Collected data
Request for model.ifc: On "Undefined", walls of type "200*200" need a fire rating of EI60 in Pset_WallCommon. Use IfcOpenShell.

First a look at what the model holds.

```python
import ifcopenshell
import ifcopenshell.util.element

model = ifcopenshell.open("model.ifc")
print(model.schema)
storey = next(s for s in model.by_type("IfcBuildingStorey") if s.Name == "Undefined")
walls = [e for e in ifcopenshell.util.element.get_decomposition(storey) if e.is_a("IfcWall")]
seen = {}
for e in walls:
    element_type = ifcopenshell.util.element.get_type(e)
    key = (element_type.Name if element_type != e and element_type else None, ifcopenshell.util.element.get_pset(e, "Pset_WallCommon", "FireRating"))
    seen[key] = seen.get(key, 0) + 1
for (name, value), count in sorted(seen.items(), key=str):
    print(count, "x", name, "|", value)
```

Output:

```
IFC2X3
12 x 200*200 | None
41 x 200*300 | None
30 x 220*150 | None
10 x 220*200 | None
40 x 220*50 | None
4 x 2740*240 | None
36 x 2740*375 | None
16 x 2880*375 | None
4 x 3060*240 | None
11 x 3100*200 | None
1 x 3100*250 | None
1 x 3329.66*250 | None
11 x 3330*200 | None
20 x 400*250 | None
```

```python
import ifcopenshell
import ifcopenshell.api.pset
import ifcopenshell.util.element

model = ifcopenshell.open("model.ifc")

storey = next(s for s in model.by_type("IfcBuildingStorey") if s.Name == "Undefined")
walls = [e for e in ifcopenshell.util.element.get_decomposition(storey) if e.is_a("IfcWall")]

count = 0
for e in walls:
    element_type = ifcopenshell.util.element.get_type(e)
    if element_type in (None, e) or element_type.Name != "200*200":
        continue
    # add_pset returns the element's existing set when there is one.
    pset = ifcopenshell.api.pset.add_pset(model, product=e, name="Pset_WallCommon")
    ifcopenshell.api.pset.edit_pset(model, pset=pset, properties={"FireRating": "EI60"})
    count += 1

print(count, "walls updated")

model.write("model_v2.ifc")
```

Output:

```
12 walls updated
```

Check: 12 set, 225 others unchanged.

● Your objective: The records above are to be returned exactly as they appear.

● Written reply:
Request for model.ifc: On "Undefined", walls of type "200*200" need a fire rating of EI60 in Pset_WallCommon. Use IfcOpenShell.

First a look at what the model holds.

```python
import ifcopenshell
import ifcopenshell.util.element

model = ifcopenshell.open("model.ifc")
print(model.schema)
storey = next(s for s in model.by_type("IfcBuildingStorey") if s.Name == "Undefined")
walls = [e for e in ifcopenshell.util.element.get_decomposition(storey) if e.is_a("IfcWall")]
seen = {}
for e in walls:
    element_type = ifcopenshell.util.element.get_type(e)
    key = (element_type.Name if element_type != e and element_type else None, ifcopenshell.util.element.get_pset(e, "Pset_WallCommon", "FireRating"))
    seen[key] = seen.get(key, 0) + 1
for (name, value), count in sorted(seen.items(), key=str):
    print(count, "x", name, "|", value)
```

Output:

```
IFC2X3
12 x 200*200 | None
41 x 200*300 | None
30 x 220*150 | None
10 x 220*200 | None
40 x 220*50 | None
4 x 2740*240 | None
36 x 2740*375 | None
16 x 2880*375 | None
4 x 3060*240 | None
11 x 3100*200 | None
1 x 3100*250 | None
1 x 3329.66*250 | None
11 x 3330*200 | None
20 x 400*250 | None
```

```python
import ifcopenshell
import ifcopenshell.api.pset
import ifcopenshell.util.element

model = ifcopenshell.open("model.ifc")

storey = next(s for s in model.by_type("IfcBuildingStorey") if s.Name == "Undefined")
walls = [e for e in ifcopenshell.util.element.get_decomposition(storey) if e.is_a("IfcWall")]

count = 0
for e in walls:
    element_type = ifcopenshell.util.element.get_type(e)
    if element_type in (None, e) or element_type.Name != "200*200":
        continue
    # add_pset returns the element's existing set when there is one.
    pset = ifcopenshell.api.pset.add_pset(model, product=e, name="Pset_WallCommon")
    ifcopenshell.api.pset.edit_pset(model, pset=pset, properties={"FireRating": "EI60"})
    count += 1

print(count, "walls updated")

model.write("model_v2.ifc")
```

Output:

```
12 walls updated
```

Check: 12 set, 225 others unchanged.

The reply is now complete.